The evolution of Rodney Coe

Chris Williams

Publisher

Iowa Western Community College transfer Rodney Coe originally committed to the University of Iowa as a running back in college football’s class of 2011.

A running back.

 

Coe eventually ended up in Council Bluffs as a defensive end. That is when Iowa State, among others, got hot on his trial. 

“I went through there with Luke Wells two springs ago heading into his sophomore year,” explained defensive tackles coach Shane Burnham. “Here is a guy who played at 235 as a freshman at Iowa Western. By the time that I got there in April, he was already at like 260.”

Iowa State offered Coe as a 260-pound defensive end. When you consider that Iowa State’s most proven defensive end heading into the 2013 season, Willie Scott, is listed at 242, that’s a pretty nice sized prospect.

“We offered him at 260 not knowing where the growth was going to stop but knowing that he still had growth potential,” Burnham said. 

Coe officially visited Iowa State in January.

“He was at 280 or 285,” Burnham said. “You kind of watch it from a distance and over time, we were like ‘Wow, this guy keeps getting bigger and bigger.’”

On National Signing Day 2013, Coe signed with Iowa State as a defensive end but there was always an imaginary asterisk beside his name.

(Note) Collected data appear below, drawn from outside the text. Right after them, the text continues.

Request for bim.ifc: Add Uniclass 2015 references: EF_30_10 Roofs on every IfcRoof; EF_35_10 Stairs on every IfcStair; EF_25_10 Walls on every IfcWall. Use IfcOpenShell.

First a look at what the model holds.

```python
import ifcopenshell

model = ifcopenshell.open("bim.ifc")
print(model.schema)
print("classifications:", [c.Name for c in model.by_type("IfcClassification")])
for ifc_class in ("IfcDoor", "IfcRoof", "IfcStair", "IfcWall", "IfcWindow"):
    print(ifc_class, len(model.by_type(ifc_class)))
```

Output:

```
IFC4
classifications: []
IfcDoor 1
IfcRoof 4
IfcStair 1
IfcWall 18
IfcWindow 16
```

```python
import ifcopenshell
import ifcopenshell.api.classification

model = ifcopenshell.open("bim.ifc")

system = ifcopenshell.api.classification.add_classification(model, classification="Uniclass 2015")

codes = {
    "IfcRoof": ("EF_30_10", "Roofs"),
    "IfcStair": ("EF_35_10", "Stairs"),
    "IfcWall": ("EF_25_10", "Walls"),
}
for ifc_class, (code, name) in codes.items():
    products = model.by_type(ifc_class)
    ifcopenshell.api.classification.add_reference(
        model, products=products, classification=system, identification=code, name=name
    )
    print(code, len(products))

model.write("bim-out.ifc")
```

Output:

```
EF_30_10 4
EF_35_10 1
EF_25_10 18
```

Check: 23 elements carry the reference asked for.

Coe becoming a defensive tackle was always a very real possibility.

When Iowa State’s fall camp begins next Monday, Coe, who is now listed as a defensive tackle, will weigh in at around 305 pounds according to Burnham.

“You would never guess that he is at 305,” Burnham said. “You would guess 275 but he is 305.”

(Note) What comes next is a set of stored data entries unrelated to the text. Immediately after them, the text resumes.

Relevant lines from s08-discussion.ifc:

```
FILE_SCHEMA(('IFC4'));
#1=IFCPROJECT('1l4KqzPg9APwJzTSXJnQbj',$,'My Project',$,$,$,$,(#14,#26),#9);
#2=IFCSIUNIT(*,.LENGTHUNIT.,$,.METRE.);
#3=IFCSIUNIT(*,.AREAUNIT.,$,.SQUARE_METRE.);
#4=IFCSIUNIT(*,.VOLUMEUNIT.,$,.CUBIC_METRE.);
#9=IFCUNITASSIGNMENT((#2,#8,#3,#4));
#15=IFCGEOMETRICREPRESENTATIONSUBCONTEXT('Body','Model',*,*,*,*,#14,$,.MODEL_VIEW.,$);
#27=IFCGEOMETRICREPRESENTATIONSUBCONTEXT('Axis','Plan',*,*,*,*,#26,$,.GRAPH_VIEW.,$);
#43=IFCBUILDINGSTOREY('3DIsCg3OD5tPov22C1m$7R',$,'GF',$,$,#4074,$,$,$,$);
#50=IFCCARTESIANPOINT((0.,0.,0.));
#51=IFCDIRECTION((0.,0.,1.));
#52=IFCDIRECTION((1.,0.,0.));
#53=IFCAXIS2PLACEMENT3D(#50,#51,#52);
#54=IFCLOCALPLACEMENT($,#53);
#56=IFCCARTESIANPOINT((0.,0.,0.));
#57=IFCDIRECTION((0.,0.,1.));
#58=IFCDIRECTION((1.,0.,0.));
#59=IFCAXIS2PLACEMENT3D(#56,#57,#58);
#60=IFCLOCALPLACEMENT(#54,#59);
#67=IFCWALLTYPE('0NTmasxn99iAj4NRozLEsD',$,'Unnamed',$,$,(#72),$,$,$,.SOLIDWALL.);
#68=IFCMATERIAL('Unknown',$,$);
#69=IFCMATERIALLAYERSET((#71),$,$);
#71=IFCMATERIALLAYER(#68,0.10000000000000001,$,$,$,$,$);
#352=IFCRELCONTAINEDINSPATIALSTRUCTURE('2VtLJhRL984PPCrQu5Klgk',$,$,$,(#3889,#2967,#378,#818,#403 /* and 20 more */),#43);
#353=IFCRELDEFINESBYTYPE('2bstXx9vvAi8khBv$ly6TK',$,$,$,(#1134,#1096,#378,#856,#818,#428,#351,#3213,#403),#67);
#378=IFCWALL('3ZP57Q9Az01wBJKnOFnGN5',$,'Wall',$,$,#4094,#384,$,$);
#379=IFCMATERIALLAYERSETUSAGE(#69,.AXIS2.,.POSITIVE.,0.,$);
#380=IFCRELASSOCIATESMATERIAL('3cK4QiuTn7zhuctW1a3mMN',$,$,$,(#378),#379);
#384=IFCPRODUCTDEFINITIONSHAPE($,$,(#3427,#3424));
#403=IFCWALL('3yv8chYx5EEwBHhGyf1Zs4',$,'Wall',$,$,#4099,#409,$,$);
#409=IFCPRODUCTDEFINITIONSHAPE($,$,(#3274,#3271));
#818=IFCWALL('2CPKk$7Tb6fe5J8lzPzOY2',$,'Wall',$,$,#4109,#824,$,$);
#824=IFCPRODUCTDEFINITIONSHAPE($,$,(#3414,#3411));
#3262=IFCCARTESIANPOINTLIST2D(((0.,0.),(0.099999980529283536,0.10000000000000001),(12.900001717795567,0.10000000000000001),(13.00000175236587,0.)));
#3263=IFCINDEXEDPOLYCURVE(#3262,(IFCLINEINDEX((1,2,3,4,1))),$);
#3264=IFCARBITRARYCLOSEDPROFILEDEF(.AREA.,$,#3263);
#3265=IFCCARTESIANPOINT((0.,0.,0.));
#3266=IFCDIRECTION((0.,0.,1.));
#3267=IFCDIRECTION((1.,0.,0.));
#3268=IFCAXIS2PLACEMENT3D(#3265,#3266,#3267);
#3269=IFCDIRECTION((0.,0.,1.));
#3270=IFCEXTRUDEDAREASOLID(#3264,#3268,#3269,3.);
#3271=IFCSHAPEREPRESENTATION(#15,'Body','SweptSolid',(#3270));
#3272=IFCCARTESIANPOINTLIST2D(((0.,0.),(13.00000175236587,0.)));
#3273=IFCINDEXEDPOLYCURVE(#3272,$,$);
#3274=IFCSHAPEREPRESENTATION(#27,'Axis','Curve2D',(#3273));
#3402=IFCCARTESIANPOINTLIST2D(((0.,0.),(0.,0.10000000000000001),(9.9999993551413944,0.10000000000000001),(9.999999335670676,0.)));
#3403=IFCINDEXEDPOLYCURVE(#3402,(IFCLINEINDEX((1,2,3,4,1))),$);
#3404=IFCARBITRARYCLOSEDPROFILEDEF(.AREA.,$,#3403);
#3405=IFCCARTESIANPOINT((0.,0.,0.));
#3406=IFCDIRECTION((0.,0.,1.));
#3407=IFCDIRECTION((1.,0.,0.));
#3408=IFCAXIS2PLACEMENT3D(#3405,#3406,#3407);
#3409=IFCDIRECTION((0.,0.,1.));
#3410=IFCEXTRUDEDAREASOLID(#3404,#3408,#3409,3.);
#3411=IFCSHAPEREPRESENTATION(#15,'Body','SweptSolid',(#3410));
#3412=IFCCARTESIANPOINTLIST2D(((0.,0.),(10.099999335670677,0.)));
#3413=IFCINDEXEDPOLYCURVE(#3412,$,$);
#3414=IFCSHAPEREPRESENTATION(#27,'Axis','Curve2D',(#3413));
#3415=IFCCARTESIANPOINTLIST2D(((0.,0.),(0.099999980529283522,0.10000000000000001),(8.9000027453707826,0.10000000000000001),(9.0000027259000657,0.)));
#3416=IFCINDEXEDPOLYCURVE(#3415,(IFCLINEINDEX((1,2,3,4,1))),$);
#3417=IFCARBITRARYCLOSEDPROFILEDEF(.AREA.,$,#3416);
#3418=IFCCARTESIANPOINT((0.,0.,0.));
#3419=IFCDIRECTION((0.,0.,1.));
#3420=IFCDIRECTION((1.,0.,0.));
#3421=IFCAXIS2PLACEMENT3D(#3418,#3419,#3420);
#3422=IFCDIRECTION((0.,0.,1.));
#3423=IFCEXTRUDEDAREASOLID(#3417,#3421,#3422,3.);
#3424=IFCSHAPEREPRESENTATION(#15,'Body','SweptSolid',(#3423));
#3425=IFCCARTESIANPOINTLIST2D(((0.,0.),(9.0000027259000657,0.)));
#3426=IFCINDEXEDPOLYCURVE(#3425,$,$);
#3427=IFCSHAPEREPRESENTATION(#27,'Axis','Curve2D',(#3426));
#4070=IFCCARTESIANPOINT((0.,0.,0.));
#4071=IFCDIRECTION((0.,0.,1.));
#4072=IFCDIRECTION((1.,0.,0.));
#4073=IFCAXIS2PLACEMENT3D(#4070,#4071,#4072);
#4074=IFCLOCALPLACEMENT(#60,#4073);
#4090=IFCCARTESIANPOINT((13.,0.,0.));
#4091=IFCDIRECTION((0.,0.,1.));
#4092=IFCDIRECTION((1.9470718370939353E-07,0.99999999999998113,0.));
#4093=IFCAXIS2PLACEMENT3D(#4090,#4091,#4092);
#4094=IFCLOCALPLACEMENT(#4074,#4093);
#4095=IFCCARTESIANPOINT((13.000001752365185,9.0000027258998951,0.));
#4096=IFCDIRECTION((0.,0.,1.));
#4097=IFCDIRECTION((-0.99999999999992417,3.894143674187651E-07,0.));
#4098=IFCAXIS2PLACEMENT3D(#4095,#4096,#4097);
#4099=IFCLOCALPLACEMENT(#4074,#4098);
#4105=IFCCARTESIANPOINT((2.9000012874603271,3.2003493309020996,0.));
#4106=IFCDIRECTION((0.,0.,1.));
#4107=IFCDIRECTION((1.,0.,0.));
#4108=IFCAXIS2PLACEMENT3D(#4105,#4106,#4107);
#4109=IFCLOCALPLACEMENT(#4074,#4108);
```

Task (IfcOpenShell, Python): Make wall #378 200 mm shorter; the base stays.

```python
import ifcopenshell
import ifcopenshell.geom
import ifcopenshell.util.representation
import ifcopenshell.util.shape

model = ifcopenshell.open("s08-discussion.ifc")
settings = ifcopenshell.geom.settings()


def volume(element):
    """Net volume in cubic metres, openings subtracted."""
    shape = ifcopenshell.geom.create_shape(settings, element)
    return ifcopenshell.util.shape.get_volume(shape.geometry)


wall = model.by_guid("3ZP57Q9Az01wBJKnOFnGN5")
before = volume(wall)

body = ifcopenshell.util.representation.get_representation(wall, "Model", "Body")
solid = body.Items[0]
old_height = solid.Depth
solid.Depth -= 0.2
after = volume(wall)

print(f"height {old_height:g} -> {solid.Depth:g}, volume {before:.3f} -> {after:.3f} m3")

model.write("s08-discussion_edited.ifc")
```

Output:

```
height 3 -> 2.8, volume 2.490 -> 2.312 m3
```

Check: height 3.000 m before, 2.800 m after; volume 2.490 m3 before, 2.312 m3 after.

It’s hard to play a 305-pound man at defensive end, especially when you need bodies in the middle. Factor in Collin Bevins’ mid-summer departure from the program and Iowa State’s decision to play Coe at tackle in the fall was an easy one to make. 

“He made the decision for us,” Burnham said. “He just got to a point where he had grown so much.” 

Selfishly, Burnham couldn’t be happier about this development. Defensive ends coach Curtis Bray likely disagrees.

“We offered him as a defensive end knowing that he had the frame that if he did grow into a three-technique, he could go inside and play,” Burnaham said. “The whole time I was crossing my fingers. I wanted him to keep getting heavier because I wanted him.”

Coe is listed as a second-string defensive tackle on Iowa State’s pre-camp depth chart behind junior Brandon Jensen. Without question, Coe’s development will be one of the top storylines to follow throughout Iowa State’s fall camp leading into the 2013 season.